Merck's Keytruda again bags industry-first cervical cancer nod—with limitation

After crowning Keytruda as the first immunotherapy for advanced cervical cancer back in 2021, the FDA has awarded the drug another industry-first designation in an earlier stage of the tumor type. But again, the achievement was not perfect for Merck.

Thanks to a new FDA nod, Merck’s Keytruda is the first PD-1 drug to be approved in combination with chemoradiotherapy to treat patients with stage 3 to 4a cervical cancer, the New Jersey pharma giant said Friday. This marks Keytruda’s 39th indication in the U.S.

The approval, however, was narrower than expected. It came on the back of results from the Keynote-A18 trial, which showed a tumor progression benefit for the Keytruda-chemoradiation regimen in a broader patient population with earlier-stage cervical cancer.

Keynote-A18 tested the Keytruda combo in patients whose cancer was as early as stage 1b2. Among the entire trial population, adding Keytruda to chemoradiotherapy slashed the risk of progression or death by 30%.

But the progression-free survival benefit was markedly more pronounced in those with stage 3 to 4a disease, the approved FDA indication, where Keytruda’s addition was associated with a 41% improvement in the trial endpoint. In those with stage 1b2 to 2b disease, the benefit was just 9%, according to data presented at the European Society of Medical Oncology annual meeting in October.
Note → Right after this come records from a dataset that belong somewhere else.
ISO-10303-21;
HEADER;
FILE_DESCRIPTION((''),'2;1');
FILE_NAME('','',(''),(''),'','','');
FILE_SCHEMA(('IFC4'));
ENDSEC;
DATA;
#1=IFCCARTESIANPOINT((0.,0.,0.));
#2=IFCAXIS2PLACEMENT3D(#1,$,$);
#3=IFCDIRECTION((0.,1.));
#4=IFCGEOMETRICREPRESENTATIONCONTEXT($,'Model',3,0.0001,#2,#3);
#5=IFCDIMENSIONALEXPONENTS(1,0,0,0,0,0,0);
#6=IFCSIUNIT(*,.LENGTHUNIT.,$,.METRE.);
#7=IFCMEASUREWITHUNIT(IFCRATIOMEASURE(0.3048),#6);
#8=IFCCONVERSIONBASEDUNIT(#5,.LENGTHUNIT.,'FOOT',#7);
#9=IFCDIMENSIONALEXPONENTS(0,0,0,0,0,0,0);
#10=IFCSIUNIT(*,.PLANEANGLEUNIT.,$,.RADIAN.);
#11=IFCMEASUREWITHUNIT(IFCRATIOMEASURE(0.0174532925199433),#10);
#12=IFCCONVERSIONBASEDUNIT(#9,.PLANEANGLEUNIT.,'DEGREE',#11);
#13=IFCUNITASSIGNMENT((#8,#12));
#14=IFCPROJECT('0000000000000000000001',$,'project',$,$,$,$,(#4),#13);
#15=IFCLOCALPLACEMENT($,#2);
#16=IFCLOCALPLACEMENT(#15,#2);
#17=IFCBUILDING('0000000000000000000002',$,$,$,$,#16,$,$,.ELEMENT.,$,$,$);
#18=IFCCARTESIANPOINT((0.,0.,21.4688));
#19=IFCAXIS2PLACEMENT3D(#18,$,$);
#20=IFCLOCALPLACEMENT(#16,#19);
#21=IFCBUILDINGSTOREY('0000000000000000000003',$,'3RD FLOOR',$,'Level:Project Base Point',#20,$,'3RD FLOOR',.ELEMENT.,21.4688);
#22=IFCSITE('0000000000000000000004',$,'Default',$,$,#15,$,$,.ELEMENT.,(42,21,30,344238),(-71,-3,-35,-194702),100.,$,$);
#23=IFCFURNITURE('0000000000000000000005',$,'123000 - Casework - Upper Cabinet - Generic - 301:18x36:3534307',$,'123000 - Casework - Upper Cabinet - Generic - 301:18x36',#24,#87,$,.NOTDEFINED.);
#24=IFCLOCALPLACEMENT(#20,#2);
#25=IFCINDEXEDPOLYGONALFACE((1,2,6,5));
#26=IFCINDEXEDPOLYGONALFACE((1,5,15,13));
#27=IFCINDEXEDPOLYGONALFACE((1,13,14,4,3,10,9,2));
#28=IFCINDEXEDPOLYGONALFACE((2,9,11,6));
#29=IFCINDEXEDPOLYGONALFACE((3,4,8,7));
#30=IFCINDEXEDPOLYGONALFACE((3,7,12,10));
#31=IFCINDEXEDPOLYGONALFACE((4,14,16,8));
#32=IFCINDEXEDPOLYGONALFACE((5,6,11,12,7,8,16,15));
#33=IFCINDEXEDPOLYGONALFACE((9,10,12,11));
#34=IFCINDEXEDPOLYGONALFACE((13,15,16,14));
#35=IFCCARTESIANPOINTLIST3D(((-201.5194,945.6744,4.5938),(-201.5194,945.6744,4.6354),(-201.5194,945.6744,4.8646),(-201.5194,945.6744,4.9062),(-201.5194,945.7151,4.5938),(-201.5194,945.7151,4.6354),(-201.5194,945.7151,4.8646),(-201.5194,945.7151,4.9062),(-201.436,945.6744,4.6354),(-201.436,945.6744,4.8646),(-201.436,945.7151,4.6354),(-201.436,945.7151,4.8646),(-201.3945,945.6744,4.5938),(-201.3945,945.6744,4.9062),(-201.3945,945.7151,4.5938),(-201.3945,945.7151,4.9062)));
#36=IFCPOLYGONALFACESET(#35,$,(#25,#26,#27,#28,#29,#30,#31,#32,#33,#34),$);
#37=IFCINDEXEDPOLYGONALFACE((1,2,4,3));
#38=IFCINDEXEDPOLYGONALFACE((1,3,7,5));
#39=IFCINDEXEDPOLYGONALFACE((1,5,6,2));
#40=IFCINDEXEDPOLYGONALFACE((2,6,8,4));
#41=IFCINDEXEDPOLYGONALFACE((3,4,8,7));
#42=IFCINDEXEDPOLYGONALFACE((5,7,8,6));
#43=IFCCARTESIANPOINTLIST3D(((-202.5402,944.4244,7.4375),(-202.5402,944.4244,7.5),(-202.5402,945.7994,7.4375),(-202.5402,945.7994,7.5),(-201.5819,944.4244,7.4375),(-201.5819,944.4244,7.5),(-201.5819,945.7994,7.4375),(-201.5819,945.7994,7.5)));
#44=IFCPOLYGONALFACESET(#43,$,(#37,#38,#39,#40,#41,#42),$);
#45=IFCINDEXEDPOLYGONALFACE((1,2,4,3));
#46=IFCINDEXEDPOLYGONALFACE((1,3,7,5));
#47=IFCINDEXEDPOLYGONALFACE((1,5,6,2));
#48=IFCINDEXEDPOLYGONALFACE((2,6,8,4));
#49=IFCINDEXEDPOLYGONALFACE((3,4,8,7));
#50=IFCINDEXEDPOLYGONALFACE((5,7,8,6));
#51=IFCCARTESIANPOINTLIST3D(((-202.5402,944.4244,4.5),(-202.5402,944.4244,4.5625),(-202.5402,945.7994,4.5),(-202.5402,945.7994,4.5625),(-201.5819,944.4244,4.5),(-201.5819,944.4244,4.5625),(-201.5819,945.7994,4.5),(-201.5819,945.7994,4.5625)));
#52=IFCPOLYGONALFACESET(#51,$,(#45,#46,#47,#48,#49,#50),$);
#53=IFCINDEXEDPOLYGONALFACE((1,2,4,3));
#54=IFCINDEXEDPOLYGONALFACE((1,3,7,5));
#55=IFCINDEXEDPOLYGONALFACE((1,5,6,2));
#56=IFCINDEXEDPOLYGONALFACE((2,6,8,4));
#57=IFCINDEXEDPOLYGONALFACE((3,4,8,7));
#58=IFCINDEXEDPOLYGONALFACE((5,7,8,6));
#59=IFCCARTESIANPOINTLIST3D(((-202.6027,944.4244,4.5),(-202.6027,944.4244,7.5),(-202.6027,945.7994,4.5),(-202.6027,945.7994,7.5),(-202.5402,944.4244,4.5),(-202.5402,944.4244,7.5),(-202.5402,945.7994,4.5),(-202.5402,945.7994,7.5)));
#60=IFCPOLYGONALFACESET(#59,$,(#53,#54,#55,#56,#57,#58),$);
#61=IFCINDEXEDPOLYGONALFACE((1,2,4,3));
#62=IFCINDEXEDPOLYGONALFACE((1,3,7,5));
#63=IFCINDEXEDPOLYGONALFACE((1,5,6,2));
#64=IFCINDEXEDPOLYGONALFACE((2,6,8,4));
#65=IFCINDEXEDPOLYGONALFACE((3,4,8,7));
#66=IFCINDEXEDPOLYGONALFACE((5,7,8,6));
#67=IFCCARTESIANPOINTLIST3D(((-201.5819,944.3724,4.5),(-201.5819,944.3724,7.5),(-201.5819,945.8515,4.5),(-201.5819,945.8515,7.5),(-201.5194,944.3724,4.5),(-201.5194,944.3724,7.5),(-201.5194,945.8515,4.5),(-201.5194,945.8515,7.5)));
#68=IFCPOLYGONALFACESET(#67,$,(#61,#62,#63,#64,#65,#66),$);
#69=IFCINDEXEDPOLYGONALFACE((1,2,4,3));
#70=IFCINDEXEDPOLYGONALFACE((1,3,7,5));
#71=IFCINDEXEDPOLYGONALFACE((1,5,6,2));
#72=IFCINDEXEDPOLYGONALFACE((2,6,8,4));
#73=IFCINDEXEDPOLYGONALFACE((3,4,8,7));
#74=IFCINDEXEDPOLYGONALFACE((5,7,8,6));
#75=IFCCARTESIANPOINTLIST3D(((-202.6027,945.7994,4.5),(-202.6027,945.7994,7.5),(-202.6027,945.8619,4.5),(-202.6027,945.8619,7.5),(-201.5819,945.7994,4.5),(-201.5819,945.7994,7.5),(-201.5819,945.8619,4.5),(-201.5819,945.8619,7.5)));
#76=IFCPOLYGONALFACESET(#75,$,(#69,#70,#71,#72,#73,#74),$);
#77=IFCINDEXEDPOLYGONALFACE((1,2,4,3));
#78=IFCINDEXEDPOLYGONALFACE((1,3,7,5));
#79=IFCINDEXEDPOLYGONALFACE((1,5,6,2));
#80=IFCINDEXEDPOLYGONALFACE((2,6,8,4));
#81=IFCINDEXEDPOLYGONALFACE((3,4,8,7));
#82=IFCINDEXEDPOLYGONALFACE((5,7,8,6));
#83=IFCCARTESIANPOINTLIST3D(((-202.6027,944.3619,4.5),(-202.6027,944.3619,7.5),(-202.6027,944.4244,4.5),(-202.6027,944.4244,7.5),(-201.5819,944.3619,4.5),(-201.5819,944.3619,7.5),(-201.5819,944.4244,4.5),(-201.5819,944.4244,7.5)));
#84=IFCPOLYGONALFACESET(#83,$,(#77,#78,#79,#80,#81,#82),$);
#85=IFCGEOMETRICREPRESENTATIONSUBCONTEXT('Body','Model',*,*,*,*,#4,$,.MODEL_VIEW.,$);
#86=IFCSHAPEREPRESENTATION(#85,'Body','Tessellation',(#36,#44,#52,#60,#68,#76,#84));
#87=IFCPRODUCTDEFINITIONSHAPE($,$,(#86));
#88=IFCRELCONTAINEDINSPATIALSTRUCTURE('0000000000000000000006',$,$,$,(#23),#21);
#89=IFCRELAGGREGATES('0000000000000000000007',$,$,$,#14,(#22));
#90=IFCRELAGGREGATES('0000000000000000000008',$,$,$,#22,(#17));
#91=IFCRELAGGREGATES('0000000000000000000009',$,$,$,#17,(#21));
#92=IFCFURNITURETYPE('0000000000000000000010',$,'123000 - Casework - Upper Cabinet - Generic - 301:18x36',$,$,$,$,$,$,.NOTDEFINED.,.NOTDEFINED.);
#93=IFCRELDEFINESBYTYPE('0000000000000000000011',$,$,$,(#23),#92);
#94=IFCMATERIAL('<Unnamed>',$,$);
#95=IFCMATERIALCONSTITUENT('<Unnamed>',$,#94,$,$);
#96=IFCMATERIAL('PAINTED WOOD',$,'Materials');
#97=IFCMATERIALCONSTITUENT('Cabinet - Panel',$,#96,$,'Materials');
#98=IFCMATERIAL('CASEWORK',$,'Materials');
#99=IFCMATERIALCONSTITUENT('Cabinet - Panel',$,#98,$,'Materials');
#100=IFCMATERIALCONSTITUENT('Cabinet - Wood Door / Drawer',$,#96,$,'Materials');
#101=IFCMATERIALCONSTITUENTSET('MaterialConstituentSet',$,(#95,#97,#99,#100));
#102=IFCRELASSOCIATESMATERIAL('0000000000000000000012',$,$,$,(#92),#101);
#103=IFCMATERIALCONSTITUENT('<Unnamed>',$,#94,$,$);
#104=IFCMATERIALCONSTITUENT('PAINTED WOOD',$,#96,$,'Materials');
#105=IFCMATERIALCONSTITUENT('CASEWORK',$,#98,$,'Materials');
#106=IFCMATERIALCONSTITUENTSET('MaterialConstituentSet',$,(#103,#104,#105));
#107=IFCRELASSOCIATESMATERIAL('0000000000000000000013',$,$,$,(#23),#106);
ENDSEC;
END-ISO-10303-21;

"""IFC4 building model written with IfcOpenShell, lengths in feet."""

from ifc_helpers import new_model, entity, si_unit, converted_unit, direction, frame, frame_2d, origin, origin_2d_with_axis, place, context, subcontext, project, spatial, polyline, rectangle, outline, extrude, source, transform, mapped, material, constituent, constituent_set, type_object, type_shapes, element, save


model = new_model("IFC4")

# Units and contexts
model_context = context("Model", 3, precision=0.0001, world=origin(), true_north=direction((0.0, 1.0)))
body_context = subcontext(model_context, "Body", "Model", "MODEL_VIEW")
ifc_project = project(units=[converted_unit("LENGTHUNIT", "FOOT", entity("IfcRatioMeasure", 0.3048), si_unit("LENGTHUNIT", "METRE"), dimensions=[1, 0, 0, 0, 0, 0, 0]), converted_unit("PLANEANGLEUNIT", "DEGREE", entity("IfcRatioMeasure", 0.0174532925199433), si_unit("PLANEANGLEUNIT", "RADIAN"), dimensions=[0, 0, 0, 0, 0, 0, 0])], contexts=[model_context])

# Site, building, storey
site_placement = place(None, origin())
site = spatial("IfcSite", under=ifc_project, at=site_placement, Name="Default", CompositionType="ELEMENT", RefLatitude=(42, 21, 30, 344238), RefLongitude=(-71, -3, -35, -194702), RefElevation=100.0)
building_placement = place(site_placement, origin())
building = spatial("IfcBuilding", under=site, at=building_placement, CompositionType="ELEMENT")
storey_placement = place(building_placement, frame((0.0, 0.0, 21.4688)))
storey = spatial("IfcBuildingStorey", under=building, at=storey_placement, Name="3RD FLOOR", ObjectType="Level:Project Base Point", LongName="3RD FLOOR", CompositionType="ELEMENT", Elevation=21.4688)

# Furniture
ifc_material_1 = material(Name="PAINTED WOOD", Category="Materials")
ifc_material_2 = material(Name="CASEWORK", Category="Materials")
ifc_material_3 = material(Name="<Unnamed>")
ifc_constituent_1 = constituent(ifc_material_3, Name="<Unnamed>")
ifc_constituent_2 = constituent(ifc_material_1, Name="PAINTED WOOD", Category="Materials")
ifc_constituent_3 = constituent(ifc_material_2, Name="CASEWORK", Category="Materials")
ifc_constituent_set_1 = constituent_set(constituents=[ifc_constituent_1, ifc_constituent_2, ifc_constituent_3], Name="MaterialConstituentSet")
ifc_constituent_4 = constituent(ifc_material_3, Name="<Unnamed>")
ifc_constituent_5 = constituent(ifc_material_1, Name="Cabinet - Panel", Category="Materials")
ifc_constituent_6 = constituent(ifc_material_2, Name="Cabinet - Panel", Category="Materials")
ifc_constituent_7 = constituent(ifc_material_1, Name="Cabinet - Wood Door / Drawer", Category="Materials")
ifc_constituent_set_2 = constituent_set(constituents=[ifc_constituent_4, ifc_constituent_5, ifc_constituent_6, ifc_constituent_7], Name="MaterialConstituentSet")
furniture_type_1 = type_object("IfcFurnitureType", Name="123000 - Casework - Upper Cabinet - Generic - 301:18x36", AssemblyPlace="NOTDEFINED", PredefinedType="NOTDEFINED", material=ifc_constituent_set_2)
shared_shape_1 = source(origin(), body_context, "Body", "SweptSolid", [
    extrude(outline(polyline([(-0.0521, -0.1146), (-0.0521, -0.1562), (0.0729, -0.1562), (0.0729, 0.1562), (-0.0521, 0.1562), (-0.0521, 0.1146), (0.0313, 0.1146), (0.0313, -0.1146), (-0.0521, -0.1146)])), frame((0.1468, 1.1354, 0.25), z_axis=(-1.0, 0.0, 0.0), x_axis=(0.0, 1.0, 0.0)), (0.0, 0.0, -1.0), 0.0407),
    extrude(rectangle(XDim=0.9583, YDim=1.375, at=frame_2d((0.0, 0.0), x_axis=(1.0, 0.0))), frame((0.75, 0.5417, 2.9375), z_axis=(0.0, 0.0, 1.0), x_axis=(0.0, 1.0, 0.0)), (0.0, 0.0, 1.0), 0.0625),
    extrude(rectangle(XDim=0.9583, YDim=1.375, at=frame_2d((0.0, 0.0), x_axis=(1.0, 0.0))), frame((0.75, 0.5417, 0.0), z_axis=(0.0, 0.0, 1.0), x_axis=(0.0, 1.0, 0.0)), (0.0, 0.0, 1.0), 0.0625),
    extrude(rectangle(XDim=1.375, YDim=0.0625, at=origin_2d_with_axis()), frame((0.75, 0.0313, 0.0), z_axis=(0.0, 0.0, 1.0), x_axis=(-1.0, 0.0, 0.0)), (0.0, 0.0, 1.0), 3.0),
    extrude(rectangle(XDim=1.4792, YDim=0.0625, at=origin_2d_with_axis()), frame((0.75, 1.0521, 0.0)), (0.0, 0.0, 1.0), 3.0),
    extrude(rectangle(XDim=1.0208, YDim=0.0625, at=origin_2d_with_axis()), frame((0.0312, 0.5104, 0.0), z_axis=(0.0, 0.0, 1.0), x_axis=(0.0, 1.0, 0.0)), (0.0, 0.0, 1.0), 3.0),
    extrude(rectangle(XDim=1.0208, YDim=0.0625, at=origin_2d_with_axis()), frame((1.4688, 0.5104, 0.0), z_axis=(0.0, 0.0, 1.0), x_axis=(0.0, 1.0, 0.0)), (0.0, 0.0, 1.0), 3.0),
])
type_shapes(furniture_type_1, [shared_shape_1])
furniture_1_placement = place(storey_placement, frame((-202.6027, 945.8619, 4.5), z_axis=(0.0, 0.0, 1.0), x_axis=(0.0, -1.0, 0.0)))
element("IfcFurniture", 1, at=furniture_1_placement, inside=storey, type_object=furniture_type_1, material=ifc_constituent_set_1, Name="123000 - Casework - Upper Cabinet - Generic - 301:18x36:3534307", ObjectType="123000 - Casework - Upper Cabinet - Generic - 301:18x36", PredefinedType="NOTDEFINED", context=body_context, shape_type="MappedRepresentation", body=[
    mapped(shared_shape_1, transform((0.0, 0.0, 0.0), scale=1.0)),
])

save(model, "model.ifc")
Data on whether Keytruda can extend patients’ lives remained immature at the time, as less than half of deaths for the final overall survival analysis had occurred. At the first interim analysis, the Keytruda-chemoradiation pairing showed a favorable trend, reducing the risk of death by 27% in the entire trial population. Subgroup analyses of overall survival were unavailable. Overall survival is another primary endpoint of Keynote-A18.  

Investigators are following the overall survival endpoint of Keynote-A18. “If positive, an assessment of the benefit of this regimen for early stage patients will be conducted,” a Merck spokesperson told Fierce Pharma.

The imperfect nod for Keytruda tracks with an emerging trend from the FDA’s oncology department, which is increasingly looking for patient subgroups who didn’t benefit from large, inclusive trials. Drug companies often find that their strategy of asserting a statistically powered, overall trial win to seek a broad label—despite weak subgroup performances—no longer works with the FDA.

Back in 2021, the FDA greenlit Keytruda, used alongside chemo, with or without Roche’s Avastin, to treat patients with advanced cervical cancer, but only for those whose tumors express PD-L1. That PD-L1 restriction came despite the Keynote-826 trial showing a significant progression-free survival improvement in the overall trial population, which also included PD-L1-negative patients.

When the final overall survival came at last year’s American Society of Clinical Oncology meeting, the PD-L1-negative population was still holding back the overall trial result with comparatively worse outcomes. And Merck Research Laboratories’ chief medical officer, Eliav Barr, M.D., said that a label expansion to include those patients was unlikely because the FDA probably wouldn’t change its interpretation of the previous primary analysis.

The FDA’s scrutiny doesn’t stop with immuno-oncology agents. In November, the FDA surprisingly limited its approval for AstraZeneca’s Truqap to a small subgroup of HR-positive, HER2-negative breast cancer patients, allowing the first-in-class small-molecule AKT inhibitor only for those whose cancer carries one of three gene alternations. At the time, AstraZeneca’s oncology business chief David Fredrickson told Fierce Pharma that a final overall survival analysis may give AZ an opportunity to expand the nod to a larger group of patients.

The FDA’s move “may suggest a change in sentiment that requires the sponsor to have the burden of demonstrating prospectively and conclusively that all patients derive a benefit in order to be granted a broad label,” Leerink Partners analysts said at the time.

Editor's Note: The story has been updated with a statement from Merck on the overall survival endpoint and a potential expansion.